Scientists believe that depression is caused by the impaired function of brain circuits that regulate mood. Brain cells produce neurotransmitters or “chemical messengers” that keep the brain functioning properly.
But people with depression pump out either too little or too many neurotransmitters. This results in a dysregulated mood. Common neurotransmitters responsible for mood disorders include the following:
- dopamine — responsible for movement, motivation, and perception
- serotonin — regulates sleep, appetite, mood, and pain
- norepinephrine — narrows blood vessels, triggers anxiety, and may help with motivation and reward
- acetylcholine — responsible for learning and recall; enhances memory
Scientists haven’t discovered the exact cause of depression. But there are common risk factors, including the following:
- a significant loss (i.e, divorce, death, loss of friends)
- interpersonal conflicts and feelings of guilt
- major life changes (i.e, moving, loss of job/changing jobs, graduating)
- abuse (physical, sexual, emotional)
- substance abuse
- serious illness (i.e, cancer, HIV, heart disease)
These are common questions a doctor will ask you to test if you have atypical depression.
Consult your doctor about your symptoms to find out if you have atypical depression. Your doctor will run evaluations to determine if you are suffering from the disorder.
- physical examination: Your doctor may order a physical examination. This allows them to collect background information on your physical and mental wellbeing.
Your doctor will likely order lab tests including a thyroid function test and a blood count. A thyroid test can uncover the root causes of some of your symptoms.
- psychological evaluation: Your doctor may run a psychological evaluation. This allows them to check for signs of atypical depression.

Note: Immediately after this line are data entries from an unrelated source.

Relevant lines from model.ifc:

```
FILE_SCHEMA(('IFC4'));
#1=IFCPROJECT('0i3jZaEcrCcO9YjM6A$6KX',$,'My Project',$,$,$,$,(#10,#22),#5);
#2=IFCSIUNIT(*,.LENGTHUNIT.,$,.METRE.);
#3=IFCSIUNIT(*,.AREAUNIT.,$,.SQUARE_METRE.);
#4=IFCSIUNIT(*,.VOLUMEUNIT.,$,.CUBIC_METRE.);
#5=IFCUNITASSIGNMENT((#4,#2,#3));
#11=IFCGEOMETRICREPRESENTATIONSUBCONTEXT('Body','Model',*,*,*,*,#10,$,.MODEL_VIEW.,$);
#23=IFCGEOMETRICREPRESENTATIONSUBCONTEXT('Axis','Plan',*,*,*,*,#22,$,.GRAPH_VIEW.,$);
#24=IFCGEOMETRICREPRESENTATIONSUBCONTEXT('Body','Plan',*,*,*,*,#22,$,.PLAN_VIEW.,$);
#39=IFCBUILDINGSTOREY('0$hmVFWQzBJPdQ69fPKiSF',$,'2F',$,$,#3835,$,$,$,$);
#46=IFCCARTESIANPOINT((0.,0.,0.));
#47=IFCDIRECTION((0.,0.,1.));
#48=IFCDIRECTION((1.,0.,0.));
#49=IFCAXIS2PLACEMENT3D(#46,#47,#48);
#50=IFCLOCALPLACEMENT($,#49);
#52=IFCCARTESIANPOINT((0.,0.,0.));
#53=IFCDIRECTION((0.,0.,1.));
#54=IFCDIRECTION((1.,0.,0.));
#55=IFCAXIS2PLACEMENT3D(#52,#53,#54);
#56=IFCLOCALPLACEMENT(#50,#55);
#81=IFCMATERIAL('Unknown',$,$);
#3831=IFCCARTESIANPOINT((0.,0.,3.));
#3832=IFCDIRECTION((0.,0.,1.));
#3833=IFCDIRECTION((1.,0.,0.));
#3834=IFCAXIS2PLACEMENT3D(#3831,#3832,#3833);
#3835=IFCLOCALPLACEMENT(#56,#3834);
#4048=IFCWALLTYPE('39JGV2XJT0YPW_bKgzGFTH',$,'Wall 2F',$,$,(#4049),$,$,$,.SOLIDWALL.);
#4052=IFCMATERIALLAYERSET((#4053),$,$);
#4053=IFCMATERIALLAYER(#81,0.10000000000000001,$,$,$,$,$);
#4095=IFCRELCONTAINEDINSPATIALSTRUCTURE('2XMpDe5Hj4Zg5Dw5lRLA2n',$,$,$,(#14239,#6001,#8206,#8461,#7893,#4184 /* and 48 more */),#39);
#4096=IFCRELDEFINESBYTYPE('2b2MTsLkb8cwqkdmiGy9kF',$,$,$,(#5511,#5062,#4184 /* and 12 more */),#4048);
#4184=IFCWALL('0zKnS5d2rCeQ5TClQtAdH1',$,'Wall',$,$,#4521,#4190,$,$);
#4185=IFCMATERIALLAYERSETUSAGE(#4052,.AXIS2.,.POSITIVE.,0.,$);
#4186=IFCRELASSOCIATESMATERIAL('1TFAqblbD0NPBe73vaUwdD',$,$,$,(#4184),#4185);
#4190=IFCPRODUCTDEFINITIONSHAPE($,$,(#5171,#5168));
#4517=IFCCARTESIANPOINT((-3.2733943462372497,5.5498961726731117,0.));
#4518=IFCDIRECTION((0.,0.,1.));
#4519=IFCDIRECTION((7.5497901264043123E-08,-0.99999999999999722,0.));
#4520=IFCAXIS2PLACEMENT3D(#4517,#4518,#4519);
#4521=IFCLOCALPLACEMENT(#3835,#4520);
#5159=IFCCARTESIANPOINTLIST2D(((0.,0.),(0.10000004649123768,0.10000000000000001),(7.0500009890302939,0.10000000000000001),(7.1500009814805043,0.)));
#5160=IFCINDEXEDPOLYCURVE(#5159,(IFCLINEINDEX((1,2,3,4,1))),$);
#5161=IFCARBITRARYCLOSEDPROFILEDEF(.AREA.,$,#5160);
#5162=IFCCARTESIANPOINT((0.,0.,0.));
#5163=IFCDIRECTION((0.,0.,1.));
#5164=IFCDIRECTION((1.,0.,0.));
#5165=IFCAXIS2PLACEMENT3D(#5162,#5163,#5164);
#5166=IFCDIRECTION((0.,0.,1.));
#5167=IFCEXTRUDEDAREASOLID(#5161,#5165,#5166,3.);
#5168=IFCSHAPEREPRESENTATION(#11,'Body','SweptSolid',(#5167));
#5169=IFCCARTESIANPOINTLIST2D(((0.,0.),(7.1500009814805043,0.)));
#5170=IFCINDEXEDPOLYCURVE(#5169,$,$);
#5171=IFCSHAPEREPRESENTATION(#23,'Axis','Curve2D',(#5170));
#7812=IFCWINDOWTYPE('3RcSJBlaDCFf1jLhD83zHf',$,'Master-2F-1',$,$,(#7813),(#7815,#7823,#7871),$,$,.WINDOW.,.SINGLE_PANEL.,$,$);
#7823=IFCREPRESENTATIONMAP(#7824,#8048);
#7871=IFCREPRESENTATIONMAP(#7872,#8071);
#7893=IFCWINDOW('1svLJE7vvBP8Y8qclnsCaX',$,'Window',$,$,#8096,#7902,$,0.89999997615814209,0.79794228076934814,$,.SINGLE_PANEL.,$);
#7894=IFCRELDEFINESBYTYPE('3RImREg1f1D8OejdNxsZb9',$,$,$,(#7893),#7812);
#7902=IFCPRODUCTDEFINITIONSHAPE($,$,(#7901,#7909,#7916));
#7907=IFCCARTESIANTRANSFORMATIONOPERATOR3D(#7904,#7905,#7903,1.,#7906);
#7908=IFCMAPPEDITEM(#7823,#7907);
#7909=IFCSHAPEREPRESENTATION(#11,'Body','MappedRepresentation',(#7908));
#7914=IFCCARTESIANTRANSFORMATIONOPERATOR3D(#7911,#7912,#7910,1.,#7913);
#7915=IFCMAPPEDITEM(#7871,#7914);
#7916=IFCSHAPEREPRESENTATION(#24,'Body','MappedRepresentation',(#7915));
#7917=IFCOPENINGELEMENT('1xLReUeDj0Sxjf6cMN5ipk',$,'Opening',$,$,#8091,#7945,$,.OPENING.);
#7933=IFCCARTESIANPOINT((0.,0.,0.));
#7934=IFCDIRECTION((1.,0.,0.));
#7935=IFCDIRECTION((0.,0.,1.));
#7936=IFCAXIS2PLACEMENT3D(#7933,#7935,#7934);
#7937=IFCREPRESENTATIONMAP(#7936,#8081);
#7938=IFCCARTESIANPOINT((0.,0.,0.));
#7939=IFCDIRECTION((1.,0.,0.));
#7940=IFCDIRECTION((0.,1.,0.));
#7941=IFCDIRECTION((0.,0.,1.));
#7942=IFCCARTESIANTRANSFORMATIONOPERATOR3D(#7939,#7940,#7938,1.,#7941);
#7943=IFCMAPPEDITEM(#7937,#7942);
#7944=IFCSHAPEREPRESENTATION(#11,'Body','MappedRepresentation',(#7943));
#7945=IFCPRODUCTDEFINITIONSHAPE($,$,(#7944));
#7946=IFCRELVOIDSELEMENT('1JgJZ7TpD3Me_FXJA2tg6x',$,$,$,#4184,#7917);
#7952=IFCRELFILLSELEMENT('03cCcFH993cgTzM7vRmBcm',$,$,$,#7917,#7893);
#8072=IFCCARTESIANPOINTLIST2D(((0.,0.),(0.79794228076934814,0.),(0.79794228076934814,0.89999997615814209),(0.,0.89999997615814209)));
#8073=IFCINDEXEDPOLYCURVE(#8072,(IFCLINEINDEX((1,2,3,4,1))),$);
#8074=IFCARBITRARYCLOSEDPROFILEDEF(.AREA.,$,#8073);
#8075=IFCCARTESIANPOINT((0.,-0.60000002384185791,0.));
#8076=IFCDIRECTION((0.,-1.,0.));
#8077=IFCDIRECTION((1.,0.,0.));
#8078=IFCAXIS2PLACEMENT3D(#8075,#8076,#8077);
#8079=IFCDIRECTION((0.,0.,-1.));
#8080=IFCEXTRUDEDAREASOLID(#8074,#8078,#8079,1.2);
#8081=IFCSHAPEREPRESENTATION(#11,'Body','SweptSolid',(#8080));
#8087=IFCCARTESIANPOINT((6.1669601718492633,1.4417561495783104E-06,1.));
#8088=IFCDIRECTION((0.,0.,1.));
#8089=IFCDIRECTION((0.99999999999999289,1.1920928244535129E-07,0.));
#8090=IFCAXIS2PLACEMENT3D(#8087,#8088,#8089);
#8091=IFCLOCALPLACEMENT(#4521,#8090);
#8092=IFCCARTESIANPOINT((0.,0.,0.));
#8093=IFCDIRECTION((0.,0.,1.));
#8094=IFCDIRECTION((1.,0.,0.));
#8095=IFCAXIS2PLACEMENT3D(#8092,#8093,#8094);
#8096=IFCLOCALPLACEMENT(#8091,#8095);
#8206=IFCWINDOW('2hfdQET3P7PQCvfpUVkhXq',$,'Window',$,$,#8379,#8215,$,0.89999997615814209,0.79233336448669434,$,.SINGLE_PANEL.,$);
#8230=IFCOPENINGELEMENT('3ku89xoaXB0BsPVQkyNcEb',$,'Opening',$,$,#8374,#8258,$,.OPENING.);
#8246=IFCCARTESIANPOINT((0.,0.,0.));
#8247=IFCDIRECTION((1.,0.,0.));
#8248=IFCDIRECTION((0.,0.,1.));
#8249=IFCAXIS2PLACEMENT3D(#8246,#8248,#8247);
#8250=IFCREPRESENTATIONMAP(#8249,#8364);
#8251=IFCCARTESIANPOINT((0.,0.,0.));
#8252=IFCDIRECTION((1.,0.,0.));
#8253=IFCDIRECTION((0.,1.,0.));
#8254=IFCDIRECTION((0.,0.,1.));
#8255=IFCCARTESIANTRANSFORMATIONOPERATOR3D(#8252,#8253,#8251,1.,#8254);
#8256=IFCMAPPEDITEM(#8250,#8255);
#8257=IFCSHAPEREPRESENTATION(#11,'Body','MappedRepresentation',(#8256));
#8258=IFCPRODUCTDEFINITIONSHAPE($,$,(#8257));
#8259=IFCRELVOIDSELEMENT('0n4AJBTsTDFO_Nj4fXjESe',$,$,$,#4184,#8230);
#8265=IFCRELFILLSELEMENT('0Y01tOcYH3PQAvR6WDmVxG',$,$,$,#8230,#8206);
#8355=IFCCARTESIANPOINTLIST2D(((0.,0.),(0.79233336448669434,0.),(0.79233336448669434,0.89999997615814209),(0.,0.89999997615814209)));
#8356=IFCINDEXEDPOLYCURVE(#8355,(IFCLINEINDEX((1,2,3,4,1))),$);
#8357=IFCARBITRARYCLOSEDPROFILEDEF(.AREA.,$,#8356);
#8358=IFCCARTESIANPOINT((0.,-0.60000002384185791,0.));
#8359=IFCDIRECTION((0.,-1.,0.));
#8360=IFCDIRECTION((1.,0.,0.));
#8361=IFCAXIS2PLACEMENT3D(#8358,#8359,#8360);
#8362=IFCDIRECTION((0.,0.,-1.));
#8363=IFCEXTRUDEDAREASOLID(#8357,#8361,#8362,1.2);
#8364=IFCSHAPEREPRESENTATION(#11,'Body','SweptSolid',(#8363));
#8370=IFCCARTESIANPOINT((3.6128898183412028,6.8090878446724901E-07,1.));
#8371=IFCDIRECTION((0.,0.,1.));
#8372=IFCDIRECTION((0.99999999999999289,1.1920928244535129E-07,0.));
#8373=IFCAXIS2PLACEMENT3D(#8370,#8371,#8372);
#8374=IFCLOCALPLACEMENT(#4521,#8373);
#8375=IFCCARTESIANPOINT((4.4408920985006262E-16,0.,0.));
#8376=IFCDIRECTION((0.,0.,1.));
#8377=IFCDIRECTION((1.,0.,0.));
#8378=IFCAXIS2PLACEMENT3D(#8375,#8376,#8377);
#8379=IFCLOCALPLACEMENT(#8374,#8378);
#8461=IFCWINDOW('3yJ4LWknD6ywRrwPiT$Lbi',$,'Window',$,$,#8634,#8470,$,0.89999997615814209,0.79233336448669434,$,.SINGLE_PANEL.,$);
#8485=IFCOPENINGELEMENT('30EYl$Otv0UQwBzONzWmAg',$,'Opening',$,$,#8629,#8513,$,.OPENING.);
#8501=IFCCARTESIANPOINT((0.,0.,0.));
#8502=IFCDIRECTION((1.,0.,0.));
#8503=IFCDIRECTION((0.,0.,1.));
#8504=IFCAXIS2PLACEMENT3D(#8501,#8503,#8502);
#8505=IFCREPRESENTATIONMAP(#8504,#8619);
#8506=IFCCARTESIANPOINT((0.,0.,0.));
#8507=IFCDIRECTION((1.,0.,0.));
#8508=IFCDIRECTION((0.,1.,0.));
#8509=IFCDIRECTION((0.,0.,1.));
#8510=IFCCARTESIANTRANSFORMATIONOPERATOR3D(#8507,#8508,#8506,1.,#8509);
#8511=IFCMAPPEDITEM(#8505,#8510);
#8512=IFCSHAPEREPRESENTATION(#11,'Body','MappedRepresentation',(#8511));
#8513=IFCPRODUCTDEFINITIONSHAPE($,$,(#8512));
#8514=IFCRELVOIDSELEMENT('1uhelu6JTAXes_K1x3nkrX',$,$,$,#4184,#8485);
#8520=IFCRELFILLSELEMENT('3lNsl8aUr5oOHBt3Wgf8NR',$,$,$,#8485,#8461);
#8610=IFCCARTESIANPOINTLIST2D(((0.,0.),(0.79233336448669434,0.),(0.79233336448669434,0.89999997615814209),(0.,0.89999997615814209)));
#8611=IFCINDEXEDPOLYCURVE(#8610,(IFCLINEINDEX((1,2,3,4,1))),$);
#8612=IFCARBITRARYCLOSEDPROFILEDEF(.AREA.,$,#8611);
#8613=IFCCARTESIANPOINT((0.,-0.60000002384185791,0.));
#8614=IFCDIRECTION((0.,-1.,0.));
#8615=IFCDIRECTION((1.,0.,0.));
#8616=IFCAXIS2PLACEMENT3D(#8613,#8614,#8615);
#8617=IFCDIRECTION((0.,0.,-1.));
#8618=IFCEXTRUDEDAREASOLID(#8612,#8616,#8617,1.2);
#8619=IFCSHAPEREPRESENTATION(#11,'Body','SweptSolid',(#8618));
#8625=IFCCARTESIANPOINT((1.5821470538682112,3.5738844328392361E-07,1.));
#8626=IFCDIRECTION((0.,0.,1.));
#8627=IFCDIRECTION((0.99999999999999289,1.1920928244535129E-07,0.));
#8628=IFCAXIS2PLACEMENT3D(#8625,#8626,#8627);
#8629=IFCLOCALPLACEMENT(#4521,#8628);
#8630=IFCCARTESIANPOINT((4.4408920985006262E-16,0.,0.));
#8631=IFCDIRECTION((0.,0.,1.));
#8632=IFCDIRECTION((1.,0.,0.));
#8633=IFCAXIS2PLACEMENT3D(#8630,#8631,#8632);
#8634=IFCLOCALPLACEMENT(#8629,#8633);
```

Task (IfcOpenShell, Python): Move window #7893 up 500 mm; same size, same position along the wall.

```python
import numpy as np
import ifcopenshell
import ifcopenshell.api.geometry
import ifcopenshell.util.placement
import ifcopenshell.util.unit

model = ifcopenshell.open("model.ifc")
unit_scale = ifcopenshell.util.unit.calculate_unit_scale(model)

window = model.by_guid("1svLJE7vvBP8Y8qclnsCaX")
opening = window.FillsVoids[0].RelatingOpeningElement
dz = 0.5

shift = np.array([0.0, 0.0, dz])
# The window is placed relative to its opening, so it follows when the opening moves.
matrix = ifcopenshell.util.placement.get_local_placement(opening.ObjectPlacement)
matrix[:3, 3] += shift
ifcopenshell.api.geometry.edit_object_placement(
    model, product=opening, matrix=matrix, is_si=False, should_transform_children=True
)

print(f"moved by {dz * unit_scale:+.3f} m")

model.write("model-out.ifc")
```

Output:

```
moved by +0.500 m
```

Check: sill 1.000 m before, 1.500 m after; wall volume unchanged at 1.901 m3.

They may ask questions about your personal life and past experiences. They will also ask about current symptoms, current medications, and family history.
Your doctor will diagnose you with the disorder if they find:
- there is no underlying condition causing your symptoms
- you pass the Diagnostic and Statistical Manual of Mental Disorders (DSM-5)
After your diagnosis, your doctor will prescribe some coping strategies to regulate the disorder.
If you are dealing with atypical depression, talk to a medical health professional. Treatment for this mood disorder will vary. Doctors usually prescribe a combination of medications, therapy, and lifestyle changes.
- medications: It is common for doctors to prescribe antidepressants for depression. For atypical depression, research shows that tricyclic antidepressants are ineffective.
But, common antidepressants like Monoamine oxidase inhibitors (MAOs), including phenelzine (Nardil), are effective for this disorder.
Ask your doctor about the side effects of these drugs. The use of these antidepressants may need diet changes. They may negatively interact with drugs like birth control, decongestants, and herbal supplements.
- therapy: Your doctor may refer you or encourage you to go to therapy. This requires you to meet often with a therapist or counselor.
The therapist or counselor will help you acknowledge and express your feelings. They will also help you identify negative thoughts and find solutions. This coping strategy will help you manage your condition and change your perceptions.
- lifestyle changes: Changes to lifestyle routines and habits may help relieve atypical depression. Common ways to do this are to avoid drugs and alcohol, eat well and exercise.
You should also focus on sleep, reduce stress factors, and practice relaxation techniques.
Using these coping strategies has proven effective for individuals with atypical depression.
Get Help Now
If you or someone you know is exhibiting symptoms of atypical depression, seek help from a doctor immediately.
Atypical depression can affect the mental, physical and social aspects of your life. Coping strategies like talk therapy, medications, and lifestyle changes can help manage it.